When the line with "#15=IFCAXIS2PLACEMENT3D(#12,#13,#14);" appears below, start repeating lines exactly, and keep going through the line with "#21=IFCLOCALPLACEMENT(#17,#20);"; add nothing outside that span.

Stored items
----------------

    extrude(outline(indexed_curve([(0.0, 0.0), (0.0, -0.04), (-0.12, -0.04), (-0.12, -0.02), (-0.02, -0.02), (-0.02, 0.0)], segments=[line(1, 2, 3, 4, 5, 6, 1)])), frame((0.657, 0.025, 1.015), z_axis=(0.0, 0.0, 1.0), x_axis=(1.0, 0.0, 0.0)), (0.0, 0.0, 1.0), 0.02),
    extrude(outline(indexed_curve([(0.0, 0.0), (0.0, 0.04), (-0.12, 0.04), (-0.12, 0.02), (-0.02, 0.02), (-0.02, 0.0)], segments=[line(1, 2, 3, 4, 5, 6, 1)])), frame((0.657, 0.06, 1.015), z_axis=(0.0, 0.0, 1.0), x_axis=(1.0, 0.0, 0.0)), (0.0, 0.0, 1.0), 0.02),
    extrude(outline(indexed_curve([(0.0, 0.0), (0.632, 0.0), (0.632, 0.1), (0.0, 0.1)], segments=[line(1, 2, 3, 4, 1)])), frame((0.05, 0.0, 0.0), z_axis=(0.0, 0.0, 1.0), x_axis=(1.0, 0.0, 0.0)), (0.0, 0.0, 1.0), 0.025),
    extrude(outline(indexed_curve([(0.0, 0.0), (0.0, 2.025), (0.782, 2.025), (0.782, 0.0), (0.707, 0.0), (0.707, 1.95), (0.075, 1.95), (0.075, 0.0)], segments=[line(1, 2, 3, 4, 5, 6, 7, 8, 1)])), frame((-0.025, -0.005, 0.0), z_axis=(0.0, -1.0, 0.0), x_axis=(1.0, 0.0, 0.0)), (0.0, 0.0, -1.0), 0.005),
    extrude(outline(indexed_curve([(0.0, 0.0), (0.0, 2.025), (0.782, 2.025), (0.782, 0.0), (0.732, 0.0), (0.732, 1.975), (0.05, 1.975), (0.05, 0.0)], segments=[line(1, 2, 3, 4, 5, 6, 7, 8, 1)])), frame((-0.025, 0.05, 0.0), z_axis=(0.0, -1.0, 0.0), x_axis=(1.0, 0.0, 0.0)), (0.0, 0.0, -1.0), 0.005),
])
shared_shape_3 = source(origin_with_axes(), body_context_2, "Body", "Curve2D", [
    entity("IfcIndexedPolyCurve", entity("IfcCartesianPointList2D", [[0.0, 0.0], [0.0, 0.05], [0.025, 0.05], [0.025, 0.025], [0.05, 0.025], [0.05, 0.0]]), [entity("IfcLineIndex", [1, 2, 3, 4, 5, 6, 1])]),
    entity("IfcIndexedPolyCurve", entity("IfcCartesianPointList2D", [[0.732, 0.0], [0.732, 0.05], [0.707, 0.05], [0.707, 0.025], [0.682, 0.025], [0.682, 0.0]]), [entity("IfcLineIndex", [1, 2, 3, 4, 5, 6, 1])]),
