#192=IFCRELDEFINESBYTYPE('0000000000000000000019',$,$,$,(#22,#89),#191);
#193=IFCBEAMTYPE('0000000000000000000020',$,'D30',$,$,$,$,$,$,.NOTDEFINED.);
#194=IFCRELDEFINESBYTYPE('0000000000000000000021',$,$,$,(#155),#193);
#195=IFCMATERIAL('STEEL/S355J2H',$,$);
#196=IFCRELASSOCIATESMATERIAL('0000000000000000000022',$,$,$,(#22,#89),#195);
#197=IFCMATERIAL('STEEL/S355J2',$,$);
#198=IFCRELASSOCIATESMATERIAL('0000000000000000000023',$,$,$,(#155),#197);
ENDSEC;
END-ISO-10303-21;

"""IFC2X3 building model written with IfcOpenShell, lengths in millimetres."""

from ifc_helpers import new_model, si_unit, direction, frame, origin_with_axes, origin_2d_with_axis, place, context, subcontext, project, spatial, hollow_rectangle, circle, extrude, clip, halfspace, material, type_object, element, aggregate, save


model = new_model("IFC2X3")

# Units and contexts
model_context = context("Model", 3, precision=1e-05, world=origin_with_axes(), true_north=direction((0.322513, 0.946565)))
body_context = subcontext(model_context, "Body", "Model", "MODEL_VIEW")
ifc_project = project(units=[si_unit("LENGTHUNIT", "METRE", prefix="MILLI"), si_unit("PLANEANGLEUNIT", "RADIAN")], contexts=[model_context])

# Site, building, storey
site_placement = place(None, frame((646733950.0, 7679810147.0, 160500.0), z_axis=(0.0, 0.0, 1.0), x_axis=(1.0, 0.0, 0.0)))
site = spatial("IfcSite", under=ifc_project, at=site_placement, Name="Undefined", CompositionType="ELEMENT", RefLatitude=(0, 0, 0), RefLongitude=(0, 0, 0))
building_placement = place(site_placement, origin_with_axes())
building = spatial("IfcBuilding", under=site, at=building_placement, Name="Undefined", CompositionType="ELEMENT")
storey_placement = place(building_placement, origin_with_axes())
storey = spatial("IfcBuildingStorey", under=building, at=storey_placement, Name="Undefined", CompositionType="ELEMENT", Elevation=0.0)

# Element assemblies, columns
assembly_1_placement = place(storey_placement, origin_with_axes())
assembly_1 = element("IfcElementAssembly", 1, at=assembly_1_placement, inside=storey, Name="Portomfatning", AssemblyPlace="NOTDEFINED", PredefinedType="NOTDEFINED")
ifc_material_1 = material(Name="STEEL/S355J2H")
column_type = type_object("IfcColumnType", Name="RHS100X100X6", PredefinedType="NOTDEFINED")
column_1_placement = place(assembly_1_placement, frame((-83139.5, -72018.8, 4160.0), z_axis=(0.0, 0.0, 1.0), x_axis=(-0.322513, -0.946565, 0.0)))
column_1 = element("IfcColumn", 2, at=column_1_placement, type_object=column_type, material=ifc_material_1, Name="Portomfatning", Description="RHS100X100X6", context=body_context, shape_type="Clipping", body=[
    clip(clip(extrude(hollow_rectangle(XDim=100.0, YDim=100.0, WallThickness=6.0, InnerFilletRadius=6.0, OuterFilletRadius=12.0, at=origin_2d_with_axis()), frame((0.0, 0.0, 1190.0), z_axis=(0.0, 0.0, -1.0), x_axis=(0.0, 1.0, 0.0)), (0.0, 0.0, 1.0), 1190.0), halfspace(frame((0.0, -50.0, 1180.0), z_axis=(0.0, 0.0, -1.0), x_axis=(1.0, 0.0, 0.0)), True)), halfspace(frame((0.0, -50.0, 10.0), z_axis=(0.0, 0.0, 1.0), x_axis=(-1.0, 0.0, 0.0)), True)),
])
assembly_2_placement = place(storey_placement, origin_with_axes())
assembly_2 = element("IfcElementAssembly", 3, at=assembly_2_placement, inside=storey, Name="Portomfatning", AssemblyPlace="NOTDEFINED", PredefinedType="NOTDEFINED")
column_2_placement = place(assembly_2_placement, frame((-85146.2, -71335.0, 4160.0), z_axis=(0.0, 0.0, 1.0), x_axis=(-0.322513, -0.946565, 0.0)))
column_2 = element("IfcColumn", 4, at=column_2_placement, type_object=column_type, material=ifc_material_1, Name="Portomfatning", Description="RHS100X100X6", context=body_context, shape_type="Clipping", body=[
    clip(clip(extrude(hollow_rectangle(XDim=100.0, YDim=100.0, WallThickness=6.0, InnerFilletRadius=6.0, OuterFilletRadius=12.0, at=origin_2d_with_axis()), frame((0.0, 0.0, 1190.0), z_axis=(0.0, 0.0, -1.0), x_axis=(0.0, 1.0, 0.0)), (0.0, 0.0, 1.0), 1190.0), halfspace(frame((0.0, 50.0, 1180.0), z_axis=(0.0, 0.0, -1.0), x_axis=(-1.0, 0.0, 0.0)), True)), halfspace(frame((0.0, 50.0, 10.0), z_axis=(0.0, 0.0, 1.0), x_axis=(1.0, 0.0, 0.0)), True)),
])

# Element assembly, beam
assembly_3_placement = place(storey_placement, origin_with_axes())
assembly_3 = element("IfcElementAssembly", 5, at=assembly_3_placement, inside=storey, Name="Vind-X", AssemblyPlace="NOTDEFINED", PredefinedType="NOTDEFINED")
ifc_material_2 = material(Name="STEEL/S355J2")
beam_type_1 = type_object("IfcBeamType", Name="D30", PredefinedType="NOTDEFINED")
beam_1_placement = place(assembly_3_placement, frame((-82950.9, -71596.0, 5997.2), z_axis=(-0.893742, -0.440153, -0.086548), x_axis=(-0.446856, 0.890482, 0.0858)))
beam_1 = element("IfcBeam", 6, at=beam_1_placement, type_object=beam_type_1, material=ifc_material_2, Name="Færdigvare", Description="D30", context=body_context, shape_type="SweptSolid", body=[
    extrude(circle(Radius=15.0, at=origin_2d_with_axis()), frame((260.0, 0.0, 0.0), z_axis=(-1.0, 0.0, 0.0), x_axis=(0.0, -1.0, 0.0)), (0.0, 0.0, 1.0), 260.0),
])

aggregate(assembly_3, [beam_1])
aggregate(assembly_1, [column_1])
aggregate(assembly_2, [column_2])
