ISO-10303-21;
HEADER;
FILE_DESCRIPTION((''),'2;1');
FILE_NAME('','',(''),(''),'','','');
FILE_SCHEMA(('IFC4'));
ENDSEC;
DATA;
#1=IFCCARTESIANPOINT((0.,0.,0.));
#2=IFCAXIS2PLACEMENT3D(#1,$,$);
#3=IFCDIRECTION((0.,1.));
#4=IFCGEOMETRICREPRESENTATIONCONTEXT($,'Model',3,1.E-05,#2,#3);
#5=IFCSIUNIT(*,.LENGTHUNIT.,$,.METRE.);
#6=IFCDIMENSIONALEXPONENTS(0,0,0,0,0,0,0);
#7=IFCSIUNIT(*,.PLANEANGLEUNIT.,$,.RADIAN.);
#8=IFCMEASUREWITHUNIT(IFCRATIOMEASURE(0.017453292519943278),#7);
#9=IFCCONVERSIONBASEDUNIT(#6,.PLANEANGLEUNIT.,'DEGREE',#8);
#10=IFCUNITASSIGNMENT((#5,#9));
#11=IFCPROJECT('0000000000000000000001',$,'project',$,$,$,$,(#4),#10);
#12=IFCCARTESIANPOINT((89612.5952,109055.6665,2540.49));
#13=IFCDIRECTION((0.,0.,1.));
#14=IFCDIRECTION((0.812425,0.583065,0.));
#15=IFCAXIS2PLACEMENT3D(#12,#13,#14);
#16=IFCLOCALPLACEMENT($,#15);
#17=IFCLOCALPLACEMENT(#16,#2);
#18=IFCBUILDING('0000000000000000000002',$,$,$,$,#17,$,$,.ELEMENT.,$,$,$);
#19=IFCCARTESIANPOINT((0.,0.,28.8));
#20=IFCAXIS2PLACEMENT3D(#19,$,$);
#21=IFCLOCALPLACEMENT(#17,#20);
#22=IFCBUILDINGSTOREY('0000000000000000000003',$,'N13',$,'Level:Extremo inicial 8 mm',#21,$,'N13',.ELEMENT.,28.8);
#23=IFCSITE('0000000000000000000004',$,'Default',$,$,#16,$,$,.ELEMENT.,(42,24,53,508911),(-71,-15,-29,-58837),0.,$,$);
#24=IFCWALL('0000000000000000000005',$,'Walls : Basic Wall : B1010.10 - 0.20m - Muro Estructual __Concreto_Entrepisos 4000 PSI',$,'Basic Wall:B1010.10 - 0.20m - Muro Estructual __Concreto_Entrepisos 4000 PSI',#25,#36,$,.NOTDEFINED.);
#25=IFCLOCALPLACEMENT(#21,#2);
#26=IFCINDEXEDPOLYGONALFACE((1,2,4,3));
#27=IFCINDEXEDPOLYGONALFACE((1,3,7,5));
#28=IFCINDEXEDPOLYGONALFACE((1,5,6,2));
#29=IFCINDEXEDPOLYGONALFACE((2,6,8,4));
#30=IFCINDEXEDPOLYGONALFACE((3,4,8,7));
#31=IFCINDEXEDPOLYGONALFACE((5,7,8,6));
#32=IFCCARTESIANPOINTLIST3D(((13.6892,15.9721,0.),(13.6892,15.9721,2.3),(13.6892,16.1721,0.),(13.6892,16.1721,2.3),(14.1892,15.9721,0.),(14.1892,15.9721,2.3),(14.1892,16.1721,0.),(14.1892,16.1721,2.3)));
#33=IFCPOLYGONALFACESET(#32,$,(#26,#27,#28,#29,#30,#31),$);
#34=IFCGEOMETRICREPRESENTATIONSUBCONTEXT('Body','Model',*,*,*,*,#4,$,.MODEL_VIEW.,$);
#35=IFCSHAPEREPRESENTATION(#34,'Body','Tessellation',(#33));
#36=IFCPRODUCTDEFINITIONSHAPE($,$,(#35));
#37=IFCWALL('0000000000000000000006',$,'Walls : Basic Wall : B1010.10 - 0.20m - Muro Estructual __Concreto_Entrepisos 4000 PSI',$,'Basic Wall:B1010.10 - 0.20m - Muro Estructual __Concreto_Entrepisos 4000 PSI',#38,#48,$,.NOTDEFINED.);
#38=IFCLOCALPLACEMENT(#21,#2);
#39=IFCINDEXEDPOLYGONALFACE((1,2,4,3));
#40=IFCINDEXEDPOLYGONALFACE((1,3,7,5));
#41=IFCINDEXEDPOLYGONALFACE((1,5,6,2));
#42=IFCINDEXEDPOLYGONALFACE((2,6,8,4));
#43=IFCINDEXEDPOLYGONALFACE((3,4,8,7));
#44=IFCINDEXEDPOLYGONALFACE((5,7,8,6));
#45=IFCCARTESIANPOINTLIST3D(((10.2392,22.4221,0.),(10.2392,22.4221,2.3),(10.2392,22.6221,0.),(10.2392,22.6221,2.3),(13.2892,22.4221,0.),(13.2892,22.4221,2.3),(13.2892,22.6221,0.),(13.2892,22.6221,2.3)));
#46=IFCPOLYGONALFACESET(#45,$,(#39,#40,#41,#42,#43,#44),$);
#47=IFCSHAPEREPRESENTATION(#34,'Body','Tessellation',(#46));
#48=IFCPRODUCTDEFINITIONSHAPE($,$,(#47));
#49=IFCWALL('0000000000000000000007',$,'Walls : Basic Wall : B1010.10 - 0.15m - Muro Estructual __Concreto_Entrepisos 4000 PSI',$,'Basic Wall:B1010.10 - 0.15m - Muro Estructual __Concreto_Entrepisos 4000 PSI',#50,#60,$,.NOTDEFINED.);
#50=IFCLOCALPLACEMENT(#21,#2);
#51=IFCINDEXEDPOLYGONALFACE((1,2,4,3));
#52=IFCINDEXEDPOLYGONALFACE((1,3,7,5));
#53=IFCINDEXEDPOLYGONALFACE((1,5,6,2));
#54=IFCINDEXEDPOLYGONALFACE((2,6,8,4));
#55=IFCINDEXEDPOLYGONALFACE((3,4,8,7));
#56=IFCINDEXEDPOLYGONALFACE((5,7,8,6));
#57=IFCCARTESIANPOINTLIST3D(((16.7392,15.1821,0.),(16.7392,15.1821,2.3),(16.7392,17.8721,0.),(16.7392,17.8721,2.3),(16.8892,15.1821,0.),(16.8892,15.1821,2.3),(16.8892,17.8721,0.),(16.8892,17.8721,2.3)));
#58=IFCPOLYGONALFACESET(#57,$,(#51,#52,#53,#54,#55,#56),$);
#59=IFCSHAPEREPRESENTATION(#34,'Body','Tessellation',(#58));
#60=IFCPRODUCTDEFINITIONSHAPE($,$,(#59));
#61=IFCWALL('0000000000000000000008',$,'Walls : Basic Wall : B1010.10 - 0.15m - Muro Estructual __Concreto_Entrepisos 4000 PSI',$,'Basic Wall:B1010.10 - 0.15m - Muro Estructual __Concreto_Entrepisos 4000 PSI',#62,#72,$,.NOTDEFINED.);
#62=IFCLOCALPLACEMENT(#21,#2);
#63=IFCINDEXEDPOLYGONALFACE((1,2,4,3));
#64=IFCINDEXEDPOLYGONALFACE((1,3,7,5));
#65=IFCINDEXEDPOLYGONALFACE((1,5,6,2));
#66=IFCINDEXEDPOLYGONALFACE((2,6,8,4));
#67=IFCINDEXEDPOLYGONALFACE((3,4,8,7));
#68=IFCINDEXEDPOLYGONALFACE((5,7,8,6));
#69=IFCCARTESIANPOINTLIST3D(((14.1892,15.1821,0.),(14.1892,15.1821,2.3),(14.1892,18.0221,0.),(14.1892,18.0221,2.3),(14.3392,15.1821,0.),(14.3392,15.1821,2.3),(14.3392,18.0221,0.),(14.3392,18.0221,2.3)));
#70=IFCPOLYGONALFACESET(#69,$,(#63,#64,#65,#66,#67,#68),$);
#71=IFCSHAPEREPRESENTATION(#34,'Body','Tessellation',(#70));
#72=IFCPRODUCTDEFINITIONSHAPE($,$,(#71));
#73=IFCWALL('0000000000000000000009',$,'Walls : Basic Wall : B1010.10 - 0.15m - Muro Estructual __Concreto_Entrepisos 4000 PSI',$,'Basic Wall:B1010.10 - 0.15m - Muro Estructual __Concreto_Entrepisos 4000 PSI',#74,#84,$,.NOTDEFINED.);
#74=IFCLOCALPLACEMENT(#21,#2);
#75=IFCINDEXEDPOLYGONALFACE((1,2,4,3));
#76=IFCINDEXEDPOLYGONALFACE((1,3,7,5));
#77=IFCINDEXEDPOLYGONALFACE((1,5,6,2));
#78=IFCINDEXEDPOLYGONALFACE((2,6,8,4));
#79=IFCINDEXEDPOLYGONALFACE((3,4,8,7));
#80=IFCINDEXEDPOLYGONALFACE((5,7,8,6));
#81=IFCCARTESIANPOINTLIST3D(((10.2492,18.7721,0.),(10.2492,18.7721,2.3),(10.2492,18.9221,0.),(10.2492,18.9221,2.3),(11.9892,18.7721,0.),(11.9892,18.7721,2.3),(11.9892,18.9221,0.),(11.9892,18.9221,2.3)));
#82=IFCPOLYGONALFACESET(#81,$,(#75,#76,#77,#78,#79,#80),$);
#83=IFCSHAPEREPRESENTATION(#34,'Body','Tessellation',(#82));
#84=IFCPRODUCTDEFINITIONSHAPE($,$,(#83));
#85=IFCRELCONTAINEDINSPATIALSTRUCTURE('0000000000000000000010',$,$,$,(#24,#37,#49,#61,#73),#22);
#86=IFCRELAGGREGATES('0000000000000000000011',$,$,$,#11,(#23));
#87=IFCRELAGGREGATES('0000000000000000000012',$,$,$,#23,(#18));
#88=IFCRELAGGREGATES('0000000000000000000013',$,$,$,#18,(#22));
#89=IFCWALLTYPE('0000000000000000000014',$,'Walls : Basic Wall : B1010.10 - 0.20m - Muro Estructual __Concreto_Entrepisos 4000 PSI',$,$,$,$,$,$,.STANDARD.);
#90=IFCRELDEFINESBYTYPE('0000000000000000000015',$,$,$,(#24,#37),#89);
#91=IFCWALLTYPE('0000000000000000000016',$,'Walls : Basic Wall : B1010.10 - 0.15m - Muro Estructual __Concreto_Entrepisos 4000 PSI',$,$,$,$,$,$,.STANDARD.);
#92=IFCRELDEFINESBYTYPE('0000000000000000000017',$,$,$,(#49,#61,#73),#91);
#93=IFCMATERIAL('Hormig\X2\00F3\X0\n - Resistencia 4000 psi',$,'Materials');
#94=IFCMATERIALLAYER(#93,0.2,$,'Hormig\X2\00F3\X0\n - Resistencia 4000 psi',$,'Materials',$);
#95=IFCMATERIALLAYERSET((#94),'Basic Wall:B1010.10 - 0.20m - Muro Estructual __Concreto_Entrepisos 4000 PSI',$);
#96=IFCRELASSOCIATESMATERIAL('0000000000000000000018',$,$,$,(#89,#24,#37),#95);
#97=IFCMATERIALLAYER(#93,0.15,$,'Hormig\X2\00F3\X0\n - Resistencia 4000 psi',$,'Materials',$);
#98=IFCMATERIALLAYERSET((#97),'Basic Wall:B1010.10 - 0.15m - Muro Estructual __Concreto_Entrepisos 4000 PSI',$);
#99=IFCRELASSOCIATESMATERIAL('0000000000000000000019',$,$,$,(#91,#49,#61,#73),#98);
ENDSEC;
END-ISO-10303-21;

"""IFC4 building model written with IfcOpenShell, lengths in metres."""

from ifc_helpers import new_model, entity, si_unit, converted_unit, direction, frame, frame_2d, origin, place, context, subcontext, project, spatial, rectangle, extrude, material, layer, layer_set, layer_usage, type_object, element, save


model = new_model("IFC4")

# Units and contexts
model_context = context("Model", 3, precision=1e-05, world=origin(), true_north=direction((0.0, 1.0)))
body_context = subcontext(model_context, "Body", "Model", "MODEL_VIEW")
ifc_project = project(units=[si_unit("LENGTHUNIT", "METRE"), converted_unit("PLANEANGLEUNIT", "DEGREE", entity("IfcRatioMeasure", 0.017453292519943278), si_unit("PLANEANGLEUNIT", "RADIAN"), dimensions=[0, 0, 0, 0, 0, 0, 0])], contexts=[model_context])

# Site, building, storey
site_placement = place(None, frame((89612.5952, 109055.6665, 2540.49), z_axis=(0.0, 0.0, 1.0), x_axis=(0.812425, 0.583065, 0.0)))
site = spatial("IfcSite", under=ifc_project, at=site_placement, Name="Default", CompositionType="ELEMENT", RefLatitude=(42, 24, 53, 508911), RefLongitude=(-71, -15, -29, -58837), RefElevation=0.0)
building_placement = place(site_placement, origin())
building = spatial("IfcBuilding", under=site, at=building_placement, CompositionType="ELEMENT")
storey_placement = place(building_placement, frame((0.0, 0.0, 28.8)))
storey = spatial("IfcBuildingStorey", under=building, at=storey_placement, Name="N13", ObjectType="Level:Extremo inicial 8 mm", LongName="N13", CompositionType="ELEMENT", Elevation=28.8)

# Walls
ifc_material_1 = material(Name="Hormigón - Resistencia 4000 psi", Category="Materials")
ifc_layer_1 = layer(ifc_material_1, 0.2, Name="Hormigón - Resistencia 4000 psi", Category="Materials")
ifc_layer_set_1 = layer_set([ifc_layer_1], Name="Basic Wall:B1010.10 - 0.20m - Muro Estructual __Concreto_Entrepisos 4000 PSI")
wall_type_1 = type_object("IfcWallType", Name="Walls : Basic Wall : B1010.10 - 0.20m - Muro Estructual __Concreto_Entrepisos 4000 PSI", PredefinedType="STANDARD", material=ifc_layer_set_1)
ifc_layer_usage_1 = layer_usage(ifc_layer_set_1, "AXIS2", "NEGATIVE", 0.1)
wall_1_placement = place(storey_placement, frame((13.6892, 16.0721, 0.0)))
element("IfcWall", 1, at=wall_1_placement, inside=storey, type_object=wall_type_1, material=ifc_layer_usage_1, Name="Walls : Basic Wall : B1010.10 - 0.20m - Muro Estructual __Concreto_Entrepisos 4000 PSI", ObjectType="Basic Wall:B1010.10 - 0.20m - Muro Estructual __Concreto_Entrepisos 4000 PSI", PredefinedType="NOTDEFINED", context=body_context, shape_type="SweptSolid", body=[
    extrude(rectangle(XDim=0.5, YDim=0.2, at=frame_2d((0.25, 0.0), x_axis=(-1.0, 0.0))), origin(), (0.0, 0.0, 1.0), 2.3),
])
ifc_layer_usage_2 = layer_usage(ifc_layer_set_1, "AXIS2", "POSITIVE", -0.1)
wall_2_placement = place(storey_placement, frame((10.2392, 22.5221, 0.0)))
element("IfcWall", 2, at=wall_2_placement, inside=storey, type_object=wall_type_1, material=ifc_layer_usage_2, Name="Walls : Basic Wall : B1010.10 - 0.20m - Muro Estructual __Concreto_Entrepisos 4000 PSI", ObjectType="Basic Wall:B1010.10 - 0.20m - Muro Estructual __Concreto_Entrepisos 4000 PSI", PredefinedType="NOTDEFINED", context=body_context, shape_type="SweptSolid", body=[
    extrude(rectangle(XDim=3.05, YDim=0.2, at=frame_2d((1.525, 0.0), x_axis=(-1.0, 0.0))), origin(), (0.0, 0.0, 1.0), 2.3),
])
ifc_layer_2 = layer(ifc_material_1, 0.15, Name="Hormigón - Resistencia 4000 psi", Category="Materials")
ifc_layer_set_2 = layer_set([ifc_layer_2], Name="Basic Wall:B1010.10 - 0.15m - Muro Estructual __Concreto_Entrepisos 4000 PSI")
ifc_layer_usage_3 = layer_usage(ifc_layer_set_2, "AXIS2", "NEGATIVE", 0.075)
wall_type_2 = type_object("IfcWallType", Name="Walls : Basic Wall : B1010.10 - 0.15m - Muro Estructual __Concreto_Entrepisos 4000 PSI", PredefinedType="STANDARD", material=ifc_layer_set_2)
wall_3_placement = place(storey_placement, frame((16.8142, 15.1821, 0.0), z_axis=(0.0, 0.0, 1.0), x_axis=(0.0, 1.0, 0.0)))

----------------

- **Exercise response**:
#15=IFCAXIS2PLACEMENT3D(#12,#13,#14);
#16=IFCLOCALPLACEMENT($,#15);
#17=IFCLOCALPLACEMENT(#16,#2);
#18=IFCBUILDING('0000000000000000000002',$,$,$,$,#17,$,$,.ELEMENT.,$,$,$);
#19=IFCCARTESIANPOINT((0.,0.,28.8));
#20=IFCAXIS2PLACEMENT3D(#19,$,$);
#21=IFCLOCALPLACEMENT(#17,#20);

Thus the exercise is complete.